OutgoingContactChain: OutgoingContactChain

Description

The outgoing contact chain is the number of holdings in the network of direct and indirect contacts from the root holding, with regard to temporal and order of the contacts during the defined time window used for contact tracing.

Usage

OutgoingContactChain(x, ...)

# S4 method for Contacts OutgoingContactChain(x)

# S4 method for ContactTrace OutgoingContactChain(x)

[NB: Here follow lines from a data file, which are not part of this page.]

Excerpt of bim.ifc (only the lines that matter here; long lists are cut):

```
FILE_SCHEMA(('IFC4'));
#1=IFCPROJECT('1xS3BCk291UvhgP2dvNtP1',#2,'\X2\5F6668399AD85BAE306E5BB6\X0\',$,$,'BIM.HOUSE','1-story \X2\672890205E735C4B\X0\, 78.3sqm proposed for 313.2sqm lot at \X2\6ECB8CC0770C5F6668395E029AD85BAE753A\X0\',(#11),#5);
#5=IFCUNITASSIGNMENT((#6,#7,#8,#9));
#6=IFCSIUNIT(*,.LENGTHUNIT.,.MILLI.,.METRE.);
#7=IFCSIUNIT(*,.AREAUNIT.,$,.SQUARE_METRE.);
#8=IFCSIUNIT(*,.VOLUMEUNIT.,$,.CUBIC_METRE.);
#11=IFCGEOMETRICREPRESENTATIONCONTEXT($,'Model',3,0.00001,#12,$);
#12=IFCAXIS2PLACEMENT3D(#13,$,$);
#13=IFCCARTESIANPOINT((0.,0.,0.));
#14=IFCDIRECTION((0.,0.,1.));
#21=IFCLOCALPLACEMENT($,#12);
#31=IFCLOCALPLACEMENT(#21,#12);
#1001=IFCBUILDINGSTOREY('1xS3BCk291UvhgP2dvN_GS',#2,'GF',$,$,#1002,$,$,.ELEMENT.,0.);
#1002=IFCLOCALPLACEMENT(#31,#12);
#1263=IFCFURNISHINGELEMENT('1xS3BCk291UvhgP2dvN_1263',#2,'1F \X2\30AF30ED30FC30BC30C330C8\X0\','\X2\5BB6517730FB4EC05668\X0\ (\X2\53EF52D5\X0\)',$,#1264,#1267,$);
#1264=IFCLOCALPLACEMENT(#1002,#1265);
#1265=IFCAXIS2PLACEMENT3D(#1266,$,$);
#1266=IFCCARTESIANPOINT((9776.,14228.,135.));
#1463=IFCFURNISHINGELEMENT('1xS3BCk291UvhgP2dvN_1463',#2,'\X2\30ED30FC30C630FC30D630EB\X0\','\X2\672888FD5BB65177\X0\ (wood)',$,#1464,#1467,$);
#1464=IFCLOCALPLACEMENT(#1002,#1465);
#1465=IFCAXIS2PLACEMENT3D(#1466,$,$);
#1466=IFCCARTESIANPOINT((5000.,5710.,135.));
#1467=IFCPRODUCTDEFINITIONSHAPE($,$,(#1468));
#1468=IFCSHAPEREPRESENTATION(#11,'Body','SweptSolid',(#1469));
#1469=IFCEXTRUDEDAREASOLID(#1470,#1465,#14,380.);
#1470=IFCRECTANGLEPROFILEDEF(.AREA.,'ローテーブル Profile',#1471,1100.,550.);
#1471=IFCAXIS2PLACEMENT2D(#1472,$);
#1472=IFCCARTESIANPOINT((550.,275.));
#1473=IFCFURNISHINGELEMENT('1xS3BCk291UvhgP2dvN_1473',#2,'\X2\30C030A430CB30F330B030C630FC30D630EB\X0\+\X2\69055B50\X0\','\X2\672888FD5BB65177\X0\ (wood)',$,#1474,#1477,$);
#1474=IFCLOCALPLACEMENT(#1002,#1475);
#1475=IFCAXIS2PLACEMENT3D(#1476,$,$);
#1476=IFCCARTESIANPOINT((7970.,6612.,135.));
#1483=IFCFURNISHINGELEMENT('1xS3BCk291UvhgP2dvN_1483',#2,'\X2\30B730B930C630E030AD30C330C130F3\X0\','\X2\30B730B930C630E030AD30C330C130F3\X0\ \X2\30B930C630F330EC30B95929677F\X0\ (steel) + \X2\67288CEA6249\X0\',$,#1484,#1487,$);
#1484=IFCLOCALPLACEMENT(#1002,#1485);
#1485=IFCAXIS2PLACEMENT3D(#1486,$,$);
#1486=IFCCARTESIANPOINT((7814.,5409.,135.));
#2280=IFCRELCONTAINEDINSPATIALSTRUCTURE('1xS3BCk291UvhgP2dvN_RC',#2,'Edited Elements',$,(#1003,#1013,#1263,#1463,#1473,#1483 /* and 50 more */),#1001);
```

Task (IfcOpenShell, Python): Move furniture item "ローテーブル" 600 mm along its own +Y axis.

```python
import ifcopenshell
import ifcopenshell.api.geometry
import ifcopenshell.util.placement
import ifcopenshell.util.unit

model = ifcopenshell.open("bim.ifc")
unit_scale = ifcopenshell.util.unit.calculate_unit_scale(model)

item = model.by_guid("1xS3BCk291UvhgP2dvN_1463")
matrix = ifcopenshell.util.placement.get_local_placement(item.ObjectPlacement)
matrix[:3, 3] += matrix[:3, 1] * 0.6 / unit_scale
ifcopenshell.api.geometry.edit_object_placement(model, product=item, matrix=matrix, is_si=False)

print(ifcopenshell.util.placement.get_local_placement(item.ObjectPlacement).round(3) + 0.0)

model.write("bim_v2.ifc")
```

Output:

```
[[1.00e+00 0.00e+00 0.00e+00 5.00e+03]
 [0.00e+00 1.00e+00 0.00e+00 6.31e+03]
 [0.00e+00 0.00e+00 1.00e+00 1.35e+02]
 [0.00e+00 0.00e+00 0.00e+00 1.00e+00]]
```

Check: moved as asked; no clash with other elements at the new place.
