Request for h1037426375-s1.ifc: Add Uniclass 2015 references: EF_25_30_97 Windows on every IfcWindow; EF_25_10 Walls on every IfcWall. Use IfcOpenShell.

First a look at what the model holds.

```python
import ifcopenshell

model = ifcopenshell.open("h1037426375-s1.ifc")
print(model.schema)
print("classifications:", [c.Name for c in model.by_type("IfcClassification")])
for ifc_class in ("IfcDoor", "IfcRoof", "IfcStair", "IfcWall", "IfcWindow"):
    print(ifc_class, len(model.by_type(ifc_class)))
```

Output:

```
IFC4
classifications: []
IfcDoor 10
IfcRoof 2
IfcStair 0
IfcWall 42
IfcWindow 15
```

```python
import ifcopenshell
import ifcopenshell.api.classification

model = ifcopenshell.open("h1037426375-s1.ifc")

system = ifcopenshell.api.classification.add_classification(model, classification="Uniclass 2015")

codes = {
    "IfcWindow": ("EF_25_30_97", "Windows"),
    "IfcWall": ("EF_25_10", "Walls"),
}
for ifc_class, (code, name) in codes.items():
    products = model.by_type(ifc_class)
    ifcopenshell.api.classification.add_reference(
        model, products=products, classification=system, identification=code, name=name
    )
    print(code, len(products))

model.write("h1037426375-s1-out.ifc")
```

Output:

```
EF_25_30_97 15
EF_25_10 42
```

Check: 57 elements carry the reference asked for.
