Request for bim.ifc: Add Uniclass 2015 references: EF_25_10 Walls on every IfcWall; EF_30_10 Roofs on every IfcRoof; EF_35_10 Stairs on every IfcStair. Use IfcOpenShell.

First a look at what the model holds.

```python
import ifcopenshell

model = ifcopenshell.open("bim.ifc")
print(model.schema)
print("classifications:", [c.Name for c in model.by_type("IfcClassification")])
for ifc_class in ("IfcDoor", "IfcRoof", "IfcStair", "IfcWall", "IfcWindow"):
    print(ifc_class, len(model.by_type(ifc_class)))
```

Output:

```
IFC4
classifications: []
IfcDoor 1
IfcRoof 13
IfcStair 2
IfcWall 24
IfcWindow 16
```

```python
import ifcopenshell
import ifcopenshell.api.classification

model = ifcopenshell.open("bim.ifc")

system = ifcopenshell.api.classification.add_classification(model, classification="Uniclass 2015")

codes = {
    "IfcWall": ("EF_25_10", "Walls"),
    "IfcRoof": ("EF_30_10", "Roofs"),
    "IfcStair": ("EF_35_10", "Stairs"),
}
for ifc_class, (code, name) in codes.items():
    products = model.by_type(ifc_class)
    ifcopenshell.api.classification.add_reference(
        model, products=products, classification=system, identification=code, name=name
    )
    print(code, len(products))

model.write("bim_rev.ifc")
```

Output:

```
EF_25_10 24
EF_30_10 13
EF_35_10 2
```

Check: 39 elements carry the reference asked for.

# S4 method for data.frame OutgoingContactChain( x, root, tEnd = NULL, days = NULL, outBegin = NULL, outEnd = NULL )

Value

A data.frame with the following columns:

root

The root of the contact tracing

outBegin

The first date to include outgoing movements

outEnd

The last date to include outgoing movements

outDays

The number of days in the interval outBegin to outEnd

outDegree

The OutgoingContactChain of the root within the time-interval

Arguments

x

a ContactTrace object, or a list of ContactTrace objects or a data.frame with movements of animals between holdings, see Trace for details.

...

Additional arguments to the method

root

vector of roots to calculate outgoing contact chain for.

tEnd

the last date to include outgoing movements. Defaults to NULL

days

the number of previous days before tEnd to include outgoing movements. Defaults to NULL

outBegin

the first date to include outgoing movements. Defaults to NULL

outEnd

the last date to include outgoing movements. Defaults to NULL

Methods

signature(x = "ContactTrace")

Get the OutgoingContactChain of a ContactTrace object.

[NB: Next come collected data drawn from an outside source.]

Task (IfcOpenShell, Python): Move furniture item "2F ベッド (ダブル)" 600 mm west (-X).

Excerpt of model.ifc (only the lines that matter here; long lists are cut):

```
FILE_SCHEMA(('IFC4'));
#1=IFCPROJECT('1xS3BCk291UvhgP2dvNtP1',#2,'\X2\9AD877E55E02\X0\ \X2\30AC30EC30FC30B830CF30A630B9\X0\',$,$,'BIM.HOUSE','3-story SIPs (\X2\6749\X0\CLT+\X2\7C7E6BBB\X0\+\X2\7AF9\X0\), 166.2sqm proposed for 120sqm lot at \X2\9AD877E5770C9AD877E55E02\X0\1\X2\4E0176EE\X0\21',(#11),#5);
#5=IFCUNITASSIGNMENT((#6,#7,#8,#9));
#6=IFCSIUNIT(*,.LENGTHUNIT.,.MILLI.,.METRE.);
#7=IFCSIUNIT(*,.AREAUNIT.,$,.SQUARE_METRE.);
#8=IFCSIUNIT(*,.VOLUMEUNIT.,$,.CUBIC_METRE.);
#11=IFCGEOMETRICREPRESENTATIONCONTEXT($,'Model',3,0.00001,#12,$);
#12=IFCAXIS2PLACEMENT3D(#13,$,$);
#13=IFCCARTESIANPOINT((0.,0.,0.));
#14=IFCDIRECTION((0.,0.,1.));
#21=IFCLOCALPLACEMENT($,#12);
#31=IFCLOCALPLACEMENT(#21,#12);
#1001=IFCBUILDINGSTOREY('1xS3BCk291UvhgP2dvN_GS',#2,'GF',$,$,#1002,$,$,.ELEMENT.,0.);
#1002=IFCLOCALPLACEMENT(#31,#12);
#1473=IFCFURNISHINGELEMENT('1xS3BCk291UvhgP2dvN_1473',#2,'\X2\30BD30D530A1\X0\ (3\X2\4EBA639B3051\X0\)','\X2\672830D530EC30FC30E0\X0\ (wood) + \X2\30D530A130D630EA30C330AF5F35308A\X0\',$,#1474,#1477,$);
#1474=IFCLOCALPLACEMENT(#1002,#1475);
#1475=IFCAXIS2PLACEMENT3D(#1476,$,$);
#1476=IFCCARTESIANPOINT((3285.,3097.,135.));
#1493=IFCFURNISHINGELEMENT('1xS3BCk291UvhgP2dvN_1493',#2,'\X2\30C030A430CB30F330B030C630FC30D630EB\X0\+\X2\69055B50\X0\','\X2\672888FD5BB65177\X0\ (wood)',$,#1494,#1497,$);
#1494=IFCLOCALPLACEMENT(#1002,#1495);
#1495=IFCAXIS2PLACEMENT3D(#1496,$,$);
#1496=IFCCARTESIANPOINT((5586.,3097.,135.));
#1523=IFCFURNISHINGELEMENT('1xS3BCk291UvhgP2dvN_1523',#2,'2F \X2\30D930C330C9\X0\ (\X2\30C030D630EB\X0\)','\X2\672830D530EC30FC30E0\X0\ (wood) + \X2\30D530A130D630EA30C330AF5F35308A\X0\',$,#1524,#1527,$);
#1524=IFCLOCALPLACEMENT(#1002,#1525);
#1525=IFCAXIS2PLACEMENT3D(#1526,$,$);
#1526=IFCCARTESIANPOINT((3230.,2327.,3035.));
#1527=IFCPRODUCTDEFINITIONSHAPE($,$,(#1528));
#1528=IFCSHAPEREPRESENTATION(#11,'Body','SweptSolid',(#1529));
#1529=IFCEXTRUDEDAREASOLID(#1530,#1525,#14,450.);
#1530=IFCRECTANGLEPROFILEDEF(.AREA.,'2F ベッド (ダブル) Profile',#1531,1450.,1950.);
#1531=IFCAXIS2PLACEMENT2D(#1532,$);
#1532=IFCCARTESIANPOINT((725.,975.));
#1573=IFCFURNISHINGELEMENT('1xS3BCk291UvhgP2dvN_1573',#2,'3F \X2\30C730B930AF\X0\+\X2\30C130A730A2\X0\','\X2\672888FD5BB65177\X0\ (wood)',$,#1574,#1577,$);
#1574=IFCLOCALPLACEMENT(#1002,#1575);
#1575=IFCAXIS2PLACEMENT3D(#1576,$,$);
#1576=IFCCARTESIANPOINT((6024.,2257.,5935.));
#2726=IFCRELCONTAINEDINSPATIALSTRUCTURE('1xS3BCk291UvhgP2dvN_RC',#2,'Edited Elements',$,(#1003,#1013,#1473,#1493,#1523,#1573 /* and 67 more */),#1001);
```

```python
import ifcopenshell
import ifcopenshell.api.geometry
import ifcopenshell.util.placement

model = ifcopenshell.open("model.ifc")

item = model.by_guid("1xS3BCk291UvhgP2dvN_1523")
matrix = ifcopenshell.util.placement.get_local_placement(item.ObjectPlacement)
matrix[0, 3] -= 600.0
ifcopenshell.api.geometry.edit_object_placement(model, product=item, matrix=matrix, is_si=False)

print(ifcopenshell.util.placement.get_local_placement(item.ObjectPlacement).round(3) + 0.0)

model.write("model_edited.ifc")
```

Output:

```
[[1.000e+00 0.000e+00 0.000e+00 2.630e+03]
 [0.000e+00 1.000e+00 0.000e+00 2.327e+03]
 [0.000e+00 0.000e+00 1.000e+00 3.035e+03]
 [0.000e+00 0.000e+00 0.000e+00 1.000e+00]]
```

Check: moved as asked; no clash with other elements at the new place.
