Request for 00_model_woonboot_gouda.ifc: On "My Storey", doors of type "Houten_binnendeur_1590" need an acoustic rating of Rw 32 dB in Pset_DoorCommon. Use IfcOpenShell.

First a look at what the model holds.

```python
import ifcopenshell
import ifcopenshell.util.element

model = ifcopenshell.open("00_model_woonboot_gouda.ifc")
print(model.schema)
storey = next(s for s in model.by_type("IfcBuildingStorey") if s.Name == "My Storey")
doors = [e for e in ifcopenshell.util.element.get_decomposition(storey) if e.is_a("IfcDoor")]
seen = {}
for e in doors:
    element_type = ifcopenshell.util.element.get_type(e)
    key = (element_type.Name if element_type != e and element_type else None, ifcopenshell.util.element.get_pset(e, "Pset_DoorCommon", "AcousticRating"))
    seen[key] = seen.get(key, 0) + 1
for (name, value), count in sorted(seen.items(), key=str):
    print(count, "x", name, "|", value)
```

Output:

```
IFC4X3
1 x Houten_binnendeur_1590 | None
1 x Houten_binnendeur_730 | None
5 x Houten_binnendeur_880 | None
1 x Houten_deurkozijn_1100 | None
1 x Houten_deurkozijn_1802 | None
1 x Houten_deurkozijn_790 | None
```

```python
import ifcopenshell
import ifcopenshell.api.pset
import ifcopenshell.util.element

model = ifcopenshell.open("00_model_woonboot_gouda.ifc")

storey = next(s for s in model.by_type("IfcBuildingStorey") if s.Name == "My Storey")
doors = [e for e in ifcopenshell.util.element.get_decomposition(storey) if e.is_a("IfcDoor")]

count = 0
for e in doors:
    element_type = ifcopenshell.util.element.get_type(e)
    if element_type in (None, e) or element_type.Name != "Houten_binnendeur_1590":
        continue
    # add_pset returns the element's existing set when there is one.
    pset = ifcopenshell.api.pset.add_pset(model, product=e, name="Pset_DoorCommon")
    ifcopenshell.api.pset.edit_pset(model, pset=pset, properties={"AcousticRating": "Rw 32 dB"})
    count += 1

print(count, "doors updated")

model.write("00_model_woonboot_gouda_rev.ifc")
```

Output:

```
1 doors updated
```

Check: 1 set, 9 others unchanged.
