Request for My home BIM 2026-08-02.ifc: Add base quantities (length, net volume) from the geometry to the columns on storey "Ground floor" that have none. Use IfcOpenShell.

First a look at what the model holds.

```python
import ifcopenshell
import ifcopenshell.util.element
import ifcopenshell.util.unit

model = ifcopenshell.open("My home BIM 2026-08-02.ifc")
print(model.schema)
for unit_type in ("LENGTHUNIT", "AREAUNIT", "VOLUMEUNIT"):
    print(unit_type, ifcopenshell.util.unit.calculate_unit_scale(model, unit_type))
storey = next(s for s in model.by_type("IfcBuildingStorey") if s.Name == "Ground floor")
columns = [e for e in ifcopenshell.util.element.get_decomposition(storey) if e.is_a("IfcColumn")]
for e in sorted(columns, key=lambda e: e.id()):
    print(e.id(), e.is_a(), e.Name, list(ifcopenshell.util.element.get_psets(e, qtos_only=True)), sep=" | ")
```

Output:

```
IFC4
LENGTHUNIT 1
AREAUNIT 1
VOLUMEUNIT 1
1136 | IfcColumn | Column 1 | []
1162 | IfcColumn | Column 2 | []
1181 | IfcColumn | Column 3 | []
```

```python
import ifcopenshell
import ifcopenshell.api.pset
import ifcopenshell.geom
import ifcopenshell.util.element
import ifcopenshell.util.shape
import ifcopenshell.util.unit

model = ifcopenshell.open("My home BIM 2026-08-02.ifc")
unit_scale = ifcopenshell.util.unit.calculate_unit_scale(model)
volume_scale = ifcopenshell.util.unit.calculate_unit_scale(model, "VOLUMEUNIT")
settings = ifcopenshell.geom.settings()

storey = next(s for s in model.by_type("IfcBuildingStorey") if s.Name == "Ground floor")
columns = [e for e in ifcopenshell.util.element.get_decomposition(storey) if e.is_a("IfcColumn")]

for e in sorted(columns, key=lambda e: e.id()):
    if ifcopenshell.util.element.get_psets(e, qtos_only=True, should_inherit=False):
        continue
    # Geometry comes back in metres, in the element's own axes.
    shape = ifcopenshell.geom.create_shape(settings, e)
    values = {
        "Length": ifcopenshell.util.shape.get_z(shape.geometry) / unit_scale,
        "NetVolume": ifcopenshell.util.shape.get_volume(shape.geometry) / volume_scale,
    }
    qto = ifcopenshell.api.pset.add_qto(model, product=e, name="Qto_ColumnBaseQuantities")
    ifcopenshell.api.pset.edit_qto(model, qto=qto, properties=values)
    print(e.id(), {k: round(v, 3) for k, v in values.items()})

model.write("My home BIM 2026-08-02_edited.ifc")
```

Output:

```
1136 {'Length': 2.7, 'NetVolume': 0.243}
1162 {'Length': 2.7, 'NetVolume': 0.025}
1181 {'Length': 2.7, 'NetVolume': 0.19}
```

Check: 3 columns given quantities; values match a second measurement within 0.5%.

signature(x = "data.frame")

Get the OutgoingContactChain for a data.frame with movements, see examples.

References

  • Dube, C., et al., A review of network analysis terminology and its application to foot-and-mouth disease modelling and policy development. Transbound Emerg Dis 56 (2009) 73-85, doi: 10.1111/j.1865-1682.2008.01064.x

  • Noremark, M., et al., Network analysis of cattle and pig movements in Sweden: Measures relevant for disease control and riskbased surveillance. Preventive Veterinary Medicine 99 (2011) 78-90, doi: 10.1016/j.prevetmed.2010.12.009

See Also

NetworkSummary

Examples

Run this code
if (FALSE) {

## Load data
data(transfers)

## Perform contact tracing using tEnd and days
contactTrace <- Trace(movements = transfers,
                      root = 2645,
                      tEnd = "2005-10-31",
                      days = 91)

## Calculate outgoing contact chain from a ContactTrace object
oc_1 <- OutgoingContactChain(contactTrace)

## Calculate outgoing contact chain using tEnd and days
oc_2 <- OutgoingContactChain(transfers,
                             root = 2645,
                             tEnd = "2005-10-31",
                             days = 91)

## Check that the result is identical
identical(oc_1, oc_2)

## Calculate outgoing contact chain for all included herds
## First extract all source and destination from the dataset
root <- sort(unique(c(transfers$source,
                      transfers$destination)))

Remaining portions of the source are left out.